J'essaye demain et te tiens au courant.

T'as déjà eu ce genre de problème ? J'ai trouvé un seul sujet relatif à cela sur un forum USA.

lpl


----------



## Pascal 77 (23 Novembre 2010)

lpl a dit:


> J'essaye demain et te tiens au courant.
> 
> T'as déjà eu ce genre de problème ? J'ai trouvé un seul sujet relatif à cela sur un forum USA.
> 
> lpl



Très souvent (non non, pas chez moi, chez mes clients ), particulièrement avec des machines qui ont été stockées un certain temps sans servir !


----------



## lpl (24 Novembre 2010)

Ca marche pas. Toujours les 2 chimes.

Peut être un élément RAM soudé HS ???


----------



## Pascal 77 (24 Novembre 2010)

lpl a dit:


> Ca marche pas. Toujours les 2 chimes.
> 
> Peut être un élément RAM soudé HS ???



Possible, mais dans ce cas, il n'y a pas de remède autre que le changement de carte mère.
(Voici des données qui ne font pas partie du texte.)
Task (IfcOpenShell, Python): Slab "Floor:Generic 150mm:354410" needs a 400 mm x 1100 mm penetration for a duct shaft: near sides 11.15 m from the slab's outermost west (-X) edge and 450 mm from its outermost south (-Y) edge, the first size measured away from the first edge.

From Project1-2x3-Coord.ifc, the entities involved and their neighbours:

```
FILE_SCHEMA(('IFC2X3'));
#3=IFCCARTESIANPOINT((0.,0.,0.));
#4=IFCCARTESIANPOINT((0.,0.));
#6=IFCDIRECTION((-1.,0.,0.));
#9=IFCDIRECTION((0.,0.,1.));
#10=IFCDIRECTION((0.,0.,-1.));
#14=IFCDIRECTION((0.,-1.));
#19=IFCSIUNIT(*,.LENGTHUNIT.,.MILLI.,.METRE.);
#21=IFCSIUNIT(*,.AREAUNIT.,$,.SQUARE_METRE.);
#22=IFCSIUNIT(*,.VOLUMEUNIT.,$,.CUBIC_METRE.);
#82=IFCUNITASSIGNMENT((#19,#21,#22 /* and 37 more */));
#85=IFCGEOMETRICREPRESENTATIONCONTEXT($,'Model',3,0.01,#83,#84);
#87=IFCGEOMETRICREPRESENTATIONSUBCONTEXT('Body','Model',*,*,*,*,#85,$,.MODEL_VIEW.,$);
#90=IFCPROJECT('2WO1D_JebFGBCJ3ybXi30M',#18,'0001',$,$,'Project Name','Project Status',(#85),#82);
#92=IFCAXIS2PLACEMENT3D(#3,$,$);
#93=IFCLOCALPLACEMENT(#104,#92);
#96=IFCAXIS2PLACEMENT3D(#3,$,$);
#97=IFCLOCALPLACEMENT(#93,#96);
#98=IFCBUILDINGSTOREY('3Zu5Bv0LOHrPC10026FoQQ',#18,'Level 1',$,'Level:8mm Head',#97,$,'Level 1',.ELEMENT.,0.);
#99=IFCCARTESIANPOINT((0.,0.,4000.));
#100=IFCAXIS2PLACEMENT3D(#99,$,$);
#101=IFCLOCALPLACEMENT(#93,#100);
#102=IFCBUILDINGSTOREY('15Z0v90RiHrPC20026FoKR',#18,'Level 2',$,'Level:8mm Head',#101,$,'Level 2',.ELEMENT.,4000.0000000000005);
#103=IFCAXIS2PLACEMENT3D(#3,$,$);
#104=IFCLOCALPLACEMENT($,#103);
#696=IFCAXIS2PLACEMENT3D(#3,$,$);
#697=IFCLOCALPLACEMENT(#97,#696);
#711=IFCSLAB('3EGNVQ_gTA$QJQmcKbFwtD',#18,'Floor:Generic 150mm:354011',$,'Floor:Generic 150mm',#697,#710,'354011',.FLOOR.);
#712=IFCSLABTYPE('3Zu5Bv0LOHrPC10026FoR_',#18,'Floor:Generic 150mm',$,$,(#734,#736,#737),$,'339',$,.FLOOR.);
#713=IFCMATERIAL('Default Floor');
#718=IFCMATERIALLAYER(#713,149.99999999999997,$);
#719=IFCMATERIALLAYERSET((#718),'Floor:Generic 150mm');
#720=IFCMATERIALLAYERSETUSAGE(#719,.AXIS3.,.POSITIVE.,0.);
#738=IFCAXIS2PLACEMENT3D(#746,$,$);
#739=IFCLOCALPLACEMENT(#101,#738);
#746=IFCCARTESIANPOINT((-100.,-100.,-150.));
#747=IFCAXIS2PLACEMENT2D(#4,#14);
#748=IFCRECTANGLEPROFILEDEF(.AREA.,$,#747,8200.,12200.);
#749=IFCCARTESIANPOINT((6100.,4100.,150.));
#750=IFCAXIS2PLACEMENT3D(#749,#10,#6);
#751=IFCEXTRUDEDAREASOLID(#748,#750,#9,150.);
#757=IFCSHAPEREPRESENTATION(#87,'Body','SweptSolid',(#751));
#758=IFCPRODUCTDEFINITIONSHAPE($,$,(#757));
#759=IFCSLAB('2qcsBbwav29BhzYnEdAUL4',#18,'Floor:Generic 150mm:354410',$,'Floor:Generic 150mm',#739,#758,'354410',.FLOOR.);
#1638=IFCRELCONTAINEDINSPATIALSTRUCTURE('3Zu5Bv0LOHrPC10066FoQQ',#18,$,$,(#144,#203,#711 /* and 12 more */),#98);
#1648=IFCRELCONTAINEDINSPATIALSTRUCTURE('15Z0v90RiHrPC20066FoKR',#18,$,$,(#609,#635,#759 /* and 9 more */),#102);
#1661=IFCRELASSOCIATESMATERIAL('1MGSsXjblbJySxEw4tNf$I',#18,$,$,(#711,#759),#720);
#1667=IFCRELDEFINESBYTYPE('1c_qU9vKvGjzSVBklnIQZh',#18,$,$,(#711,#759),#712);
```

```python
import numpy as np
import ifcopenshell
import ifcopenshell.api.feature
import ifcopenshell.api.geometry
import ifcopenshell.api.root
import ifcopenshell.geom
import ifcopenshell.util.placement
import ifcopenshell.util.representation
import ifcopenshell.util.shape
import ifcopenshell.util.unit

model = ifcopenshell.open("Project1-2x3-Coord.ifc")
unit_scale = ifcopenshell.util.unit.calculate_unit_scale(model)
settings = ifcopenshell.geom.settings()


def volume(element):
    """Net volume in cubic metres, openings subtracted."""
    shape = ifcopenshell.geom.create_shape(settings, element)
    return ifcopenshell.util.shape.get_volume(shape.geometry)


slab = model.by_id(759)
before = volume(slab)

# Extent in the slab's own axes, in metres. The edges named are its -X and -Y sides.
slab_shape = ifcopenshell.geom.create_shape(settings, slab)
vertices = ifcopenshell.util.shape.get_vertices(slab_shape.geometry)
x_min, y_min, bottom = vertices.min(axis=0)
top = vertices[:, 2].max()

opening = ifcopenshell.api.root.create_entity(model, ifc_class="IfcOpeningElement", name="Duct shaft opening")
context = ifcopenshell.util.representation.get_context(model, "Model", "Body", "MODEL_VIEW")
width, depth = 0.4, 1.1
outline = [(0.0, 0.0), (width, 0.0), (width, depth), (0.0, depth), (0.0, 0.0)]
# Overshoot both faces by 50 mm so the cut is clean.
shape = ifcopenshell.api.geometry.add_slab_representation(
    model, context=context, depth=top - bottom + 0.1, polyline=outline
)
ifcopenshell.api.geometry.assign_representation(model, product=opening, representation=shape)

matrix = ifcopenshell.util.placement.get_local_placement(slab.ObjectPlacement)
matrix[:, 3] = matrix @ np.append(np.array([x_min + 11.15, y_min + 0.45, bottom - 0.05]) / unit_scale, 1.0)
ifcopenshell.api.geometry.edit_object_placement(model, product=opening, matrix=matrix, is_si=False)
ifcopenshell.api.feature.add_feature(model, feature=opening, element=slab)

after = volume(slab)

print(f"slab volume {before:.3f} -> {after:.3f} m3")

model.write("Project1-2x3-Coord_v2.ifc")
```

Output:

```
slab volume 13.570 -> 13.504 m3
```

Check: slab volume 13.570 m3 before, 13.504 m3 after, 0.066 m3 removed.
Tu n'as pas un "sad Mac" avec un code hexadécimal à l'écran ?


----------



## lpl (24 Novembre 2010)

J'ai pas d'affichage ... je vais retenter un coup ...

Merci pour les infos.

lpl


----------



## Pascal 77 (24 Novembre 2010)

un "sad Mac", ça affiche ça :






Le code en dessous donne des indications sur la cause du problème.


----------



## lpl (24 Novembre 2010)

Pascal 77 a dit:


> un "sad Mac", ça affiche ça :
> 
> 
> 
> ...



J'ai rien à l'écran, je pense que la carte mère est HS.

Si quelqu'un en a une en trop je suis preneur.

Merci PASCAL 77 pour les infos.

lpl


----------